## The records
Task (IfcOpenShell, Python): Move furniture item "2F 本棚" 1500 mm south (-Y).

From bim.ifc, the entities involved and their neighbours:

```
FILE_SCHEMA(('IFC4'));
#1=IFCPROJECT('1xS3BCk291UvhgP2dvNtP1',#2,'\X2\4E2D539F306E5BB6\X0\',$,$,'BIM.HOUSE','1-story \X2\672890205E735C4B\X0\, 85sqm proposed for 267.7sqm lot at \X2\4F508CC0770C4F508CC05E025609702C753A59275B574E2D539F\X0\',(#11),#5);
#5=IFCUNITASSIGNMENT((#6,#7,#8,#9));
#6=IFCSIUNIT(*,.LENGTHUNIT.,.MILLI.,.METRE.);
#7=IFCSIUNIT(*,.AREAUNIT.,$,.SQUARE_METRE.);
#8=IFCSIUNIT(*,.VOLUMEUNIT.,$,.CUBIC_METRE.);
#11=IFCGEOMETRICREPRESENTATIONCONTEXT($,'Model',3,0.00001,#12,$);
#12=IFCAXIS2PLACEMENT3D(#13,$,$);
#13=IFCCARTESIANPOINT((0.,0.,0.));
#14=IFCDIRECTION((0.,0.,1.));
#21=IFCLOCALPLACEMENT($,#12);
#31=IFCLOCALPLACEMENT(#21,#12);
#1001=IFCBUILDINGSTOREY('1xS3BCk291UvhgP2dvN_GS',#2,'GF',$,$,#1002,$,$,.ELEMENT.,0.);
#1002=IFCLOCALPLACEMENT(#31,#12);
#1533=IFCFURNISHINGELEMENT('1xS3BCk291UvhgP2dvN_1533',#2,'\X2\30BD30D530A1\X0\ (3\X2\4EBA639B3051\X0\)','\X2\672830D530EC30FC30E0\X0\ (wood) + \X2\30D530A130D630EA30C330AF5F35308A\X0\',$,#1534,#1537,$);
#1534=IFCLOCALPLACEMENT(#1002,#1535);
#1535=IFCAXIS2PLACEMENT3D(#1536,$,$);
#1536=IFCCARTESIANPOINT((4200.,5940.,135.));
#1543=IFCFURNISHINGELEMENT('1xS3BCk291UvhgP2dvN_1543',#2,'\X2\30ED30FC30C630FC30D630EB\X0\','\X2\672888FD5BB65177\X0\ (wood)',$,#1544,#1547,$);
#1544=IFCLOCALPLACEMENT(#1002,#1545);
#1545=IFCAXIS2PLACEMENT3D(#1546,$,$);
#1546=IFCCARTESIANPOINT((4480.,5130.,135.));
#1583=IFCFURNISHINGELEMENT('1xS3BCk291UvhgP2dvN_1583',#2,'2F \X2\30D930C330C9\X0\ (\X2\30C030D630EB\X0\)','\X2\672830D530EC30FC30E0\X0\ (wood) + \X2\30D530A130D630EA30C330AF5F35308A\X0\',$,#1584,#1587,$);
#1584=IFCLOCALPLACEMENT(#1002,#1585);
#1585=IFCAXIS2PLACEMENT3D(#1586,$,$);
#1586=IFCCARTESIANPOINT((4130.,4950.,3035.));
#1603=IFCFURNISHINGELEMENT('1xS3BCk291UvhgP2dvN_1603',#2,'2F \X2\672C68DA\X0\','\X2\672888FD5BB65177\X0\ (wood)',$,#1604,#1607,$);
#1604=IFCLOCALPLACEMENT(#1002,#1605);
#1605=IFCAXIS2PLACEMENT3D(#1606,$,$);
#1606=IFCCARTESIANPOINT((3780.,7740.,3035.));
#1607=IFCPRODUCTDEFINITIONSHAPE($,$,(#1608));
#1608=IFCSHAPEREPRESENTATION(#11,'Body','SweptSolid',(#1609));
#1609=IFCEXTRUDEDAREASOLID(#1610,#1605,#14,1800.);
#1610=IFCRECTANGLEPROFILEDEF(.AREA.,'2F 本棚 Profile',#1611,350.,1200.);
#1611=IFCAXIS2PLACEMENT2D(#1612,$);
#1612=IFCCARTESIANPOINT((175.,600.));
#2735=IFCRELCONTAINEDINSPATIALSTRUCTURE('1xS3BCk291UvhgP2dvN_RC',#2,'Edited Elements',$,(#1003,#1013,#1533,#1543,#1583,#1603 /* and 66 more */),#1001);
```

```python
import ifcopenshell
import ifcopenshell.api.geometry
import ifcopenshell.util.placement
import ifcopenshell.util.unit

model = ifcopenshell.open("bim.ifc")
unit_scale = ifcopenshell.util.unit.calculate_unit_scale(model)

item = model.by_guid("1xS3BCk291UvhgP2dvN_1603")
matrix = ifcopenshell.util.placement.get_local_placement(item.ObjectPlacement)
matrix[1, 3] -= 1.5 / unit_scale
ifcopenshell.api.geometry.edit_object_placement(model, product=item, matrix=matrix, is_si=False)

print(ifcopenshell.util.placement.get_local_placement(item.ObjectPlacement).round(3) + 0.0)

model.write("bim_edited.ifc")
```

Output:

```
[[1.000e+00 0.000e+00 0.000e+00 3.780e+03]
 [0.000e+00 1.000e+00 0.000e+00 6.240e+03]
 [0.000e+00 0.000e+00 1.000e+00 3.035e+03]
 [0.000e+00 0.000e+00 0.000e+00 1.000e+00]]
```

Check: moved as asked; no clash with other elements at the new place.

## What to produce
Would you write out the whole listing word for word?

## Result
Task (IfcOpenShell, Python): Move furniture item "2F 本棚" 1500 mm south (-Y).

From bim.ifc, the entities involved and their neighbours:

```
FILE_SCHEMA(('IFC4'));
#1=IFCPROJECT('1xS3BCk291UvhgP2dvNtP1',#2,'\X2\4E2D539F306E5BB6\X0\',$,$,'BIM.HOUSE','1-story \X2\672890205E735C4B\X0\, 85sqm proposed for 267.7sqm lot at \X2\4F508CC0770C4F508CC05E025609702C753A59275B574E2D539F\X0\',(#11),#5);
#5=IFCUNITASSIGNMENT((#6,#7,#8,#9));
#6=IFCSIUNIT(*,.LENGTHUNIT.,.MILLI.,.METRE.);
#7=IFCSIUNIT(*,.AREAUNIT.,$,.SQUARE_METRE.);
#8=IFCSIUNIT(*,.VOLUMEUNIT.,$,.CUBIC_METRE.);
#11=IFCGEOMETRICREPRESENTATIONCONTEXT($,'Model',3,0.00001,#12,$);
#12=IFCAXIS2PLACEMENT3D(#13,$,$);
#13=IFCCARTESIANPOINT((0.,0.,0.));
#14=IFCDIRECTION((0.,0.,1.));
#21=IFCLOCALPLACEMENT($,#12);
#31=IFCLOCALPLACEMENT(#21,#12);
#1001=IFCBUILDINGSTOREY('1xS3BCk291UvhgP2dvN_GS',#2,'GF',$,$,#1002,$,$,.ELEMENT.,0.);
#1002=IFCLOCALPLACEMENT(#31,#12);
#1533=IFCFURNISHINGELEMENT('1xS3BCk291UvhgP2dvN_1533',#2,'\X2\30BD30D530A1\X0\ (3\X2\4EBA639B3051\X0\)','\X2\672830D530EC30FC30E0\X0\ (wood) + \X2\30D530A130D630EA30C330AF5F35308A\X0\',$,#1534,#1537,$);
#1534=IFCLOCALPLACEMENT(#1002,#1535);
#1535=IFCAXIS2PLACEMENT3D(#1536,$,$);
#1536=IFCCARTESIANPOINT((4200.,5940.,135.));
#1543=IFCFURNISHINGELEMENT('1xS3BCk291UvhgP2dvN_1543',#2,'\X2\30ED30FC30C630FC30D630EB\X0\','\X2\672888FD5BB65177\X0\ (wood)',$,#1544,#1547,$);
#1544=IFCLOCALPLACEMENT(#1002,#1545);
#1545=IFCAXIS2PLACEMENT3D(#1546,$,$);
#1546=IFCCARTESIANPOINT((4480.,5130.,135.));
#1583=IFCFURNISHINGELEMENT('1xS3BCk291UvhgP2dvN_1583',#2,'2F \X2\30D930C330C9\X0\ (\X2\30C030D630EB\X0\)','\X2\672830D530EC30FC30E0\X0\ (wood) + \X2\30D530A130D630EA30C330AF5F35308A\X0\',$,#1584,#1587,$);
#1584=IFCLOCALPLACEMENT(#1002,#1585);
#1585=IFCAXIS2PLACEMENT3D(#1586,$,$);
#1586=IFCCARTESIANPOINT((4130.,4950.,3035.));
#1603=IFCFURNISHINGELEMENT('1xS3BCk291UvhgP2dvN_1603',#2,'2F \X2\672C68DA\X0\','\X2\672888FD5BB65177\X0\ (wood)',$,#1604,#1607,$);
#1604=IFCLOCALPLACEMENT(#1002,#1605);
#1605=IFCAXIS2PLACEMENT3D(#1606,$,$);
#1606=IFCCARTESIANPOINT((3780.,7740.,3035.));
#1607=IFCPRODUCTDEFINITIONSHAPE($,$,(#1608));
#1608=IFCSHAPEREPRESENTATION(#11,'Body','SweptSolid',(#1609));
#1609=IFCEXTRUDEDAREASOLID(#1610,#1605,#14,1800.);
#1610=IFCRECTANGLEPROFILEDEF(.AREA.,'2F 本棚 Profile',#1611,350.,1200.);
#1611=IFCAXIS2PLACEMENT2D(#1612,$);
#1612=IFCCARTESIANPOINT((175.,600.));
#2735=IFCRELCONTAINEDINSPATIALSTRUCTURE('1xS3BCk291UvhgP2dvN_RC',#2,'Edited Elements',$,(#1003,#1013,#1533,#1543,#1583,#1603 /* and 66 more */),#1001);
```

```python
import ifcopenshell
import ifcopenshell.api.geometry
import ifcopenshell.util.placement
import ifcopenshell.util.unit

model = ifcopenshell.open("bim.ifc")
unit_scale = ifcopenshell.util.unit.calculate_unit_scale(model)

item = model.by_guid("1xS3BCk291UvhgP2dvN_1603")
matrix = ifcopenshell.util.placement.get_local_placement(item.ObjectPlacement)
matrix[1, 3] -= 1.5 / unit_scale
ifcopenshell.api.geometry.edit_object_placement(model, product=item, matrix=matrix, is_si=False)

print(ifcopenshell.util.placement.get_local_placement(item.ObjectPlacement).round(3) + 0.0)

model.write("bim_edited.ifc")
```

Output:

```
[[1.000e+00 0.000e+00 0.000e+00 3.780e+03]
 [0.000e+00 1.000e+00 0.000e+00 6.240e+03]
 [0.000e+00 0.000e+00 1.000e+00 3.035e+03]
 [0.000e+00 0.000e+00 0.000e+00 1.000e+00]]
```

Check: moved as asked; no clash with other elements at the new place.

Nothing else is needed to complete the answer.